THE PROBLEM:
Restate the whole listing word for word, missing no line.

EXCERPTED RECORDS:

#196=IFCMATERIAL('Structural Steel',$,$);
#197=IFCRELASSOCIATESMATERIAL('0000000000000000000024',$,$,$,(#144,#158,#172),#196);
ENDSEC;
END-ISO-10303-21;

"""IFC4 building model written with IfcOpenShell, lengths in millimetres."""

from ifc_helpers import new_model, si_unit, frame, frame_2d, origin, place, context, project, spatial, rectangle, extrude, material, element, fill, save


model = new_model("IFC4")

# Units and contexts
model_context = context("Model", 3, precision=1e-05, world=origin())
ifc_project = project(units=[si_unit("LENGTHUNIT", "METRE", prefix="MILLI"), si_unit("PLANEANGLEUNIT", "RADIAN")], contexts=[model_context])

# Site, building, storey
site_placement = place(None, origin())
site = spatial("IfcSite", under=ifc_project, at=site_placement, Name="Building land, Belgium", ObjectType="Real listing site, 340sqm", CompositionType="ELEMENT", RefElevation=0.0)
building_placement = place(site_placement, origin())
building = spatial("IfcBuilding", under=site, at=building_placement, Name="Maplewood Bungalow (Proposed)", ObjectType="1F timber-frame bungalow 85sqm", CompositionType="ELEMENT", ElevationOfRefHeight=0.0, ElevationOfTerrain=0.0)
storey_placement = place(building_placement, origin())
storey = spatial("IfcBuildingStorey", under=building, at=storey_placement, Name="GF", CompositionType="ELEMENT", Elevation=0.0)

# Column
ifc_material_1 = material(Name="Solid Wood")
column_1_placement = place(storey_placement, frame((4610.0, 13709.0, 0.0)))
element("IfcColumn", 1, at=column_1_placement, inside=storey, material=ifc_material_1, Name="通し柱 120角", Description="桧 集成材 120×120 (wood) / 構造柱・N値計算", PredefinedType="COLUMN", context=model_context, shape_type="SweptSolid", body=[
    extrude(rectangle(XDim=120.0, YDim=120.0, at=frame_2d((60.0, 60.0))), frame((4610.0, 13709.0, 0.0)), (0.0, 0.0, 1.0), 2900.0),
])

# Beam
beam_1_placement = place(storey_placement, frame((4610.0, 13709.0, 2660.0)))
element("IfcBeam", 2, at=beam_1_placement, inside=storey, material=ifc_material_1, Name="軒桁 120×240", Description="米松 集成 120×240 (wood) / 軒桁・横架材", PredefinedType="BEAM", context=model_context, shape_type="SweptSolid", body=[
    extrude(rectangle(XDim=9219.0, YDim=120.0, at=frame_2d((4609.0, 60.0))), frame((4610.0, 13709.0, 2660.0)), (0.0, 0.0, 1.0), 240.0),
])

OUTPUT FOR THIS TASK:
#196=IFCMATERIAL('Structural Steel',$,$);
#197=IFCRELASSOCIATESMATERIAL('0000000000000000000024',$,$,$,(#144,#158,#172),#196);
ENDSEC;
END-ISO-10303-21;

"""IFC4 building model written with IfcOpenShell, lengths in millimetres."""

from ifc_helpers import new_model, si_unit, frame, frame_2d, origin, place, context, project, spatial, rectangle, extrude, material, element, fill, save


model = new_model("IFC4")

# Units and contexts
model_context = context("Model", 3, precision=1e-05, world=origin())
ifc_project = project(units=[si_unit("LENGTHUNIT", "METRE", prefix="MILLI"), si_unit("PLANEANGLEUNIT", "RADIAN")], contexts=[model_context])

# Site, building, storey
site_placement = place(None, origin())
site = spatial("IfcSite", under=ifc_project, at=site_placement, Name="Building land, Belgium", ObjectType="Real listing site, 340sqm", CompositionType="ELEMENT", RefElevation=0.0)
building_placement = place(site_placement, origin())
building = spatial("IfcBuilding", under=site, at=building_placement, Name="Maplewood Bungalow (Proposed)", ObjectType="1F timber-frame bungalow 85sqm", CompositionType="ELEMENT", ElevationOfRefHeight=0.0, ElevationOfTerrain=0.0)
storey_placement = place(building_placement, origin())
storey = spatial("IfcBuildingStorey", under=building, at=storey_placement, Name="GF", CompositionType="ELEMENT", Elevation=0.0)

# Column
ifc_material_1 = material(Name="Solid Wood")
column_1_placement = place(storey_placement, frame((4610.0, 13709.0, 0.0)))
element("IfcColumn", 1, at=column_1_placement, inside=storey, material=ifc_material_1, Name="通し柱 120角", Description="桧 集成材 120×120 (wood) / 構造柱・N値計算", PredefinedType="COLUMN", context=model_context, shape_type="SweptSolid", body=[
    extrude(rectangle(XDim=120.0, YDim=120.0, at=frame_2d((60.0, 60.0))), frame((4610.0, 13709.0, 0.0)), (0.0, 0.0, 1.0), 2900.0),
])

# Beam
beam_1_placement = place(storey_placement, frame((4610.0, 13709.0, 2660.0)))
element("IfcBeam", 2, at=beam_1_placement, inside=storey, material=ifc_material_1, Name="軒桁 120×240", Description="米松 集成 120×240 (wood) / 軒桁・横架材", PredefinedType="BEAM", context=model_context, shape_type="SweptSolid", body=[
    extrude(rectangle(XDim=9219.0, YDim=120.0, at=frame_2d((4609.0, 60.0))), frame((4610.0, 13709.0, 2660.0)), (0.0, 0.0, 1.0), 240.0),
])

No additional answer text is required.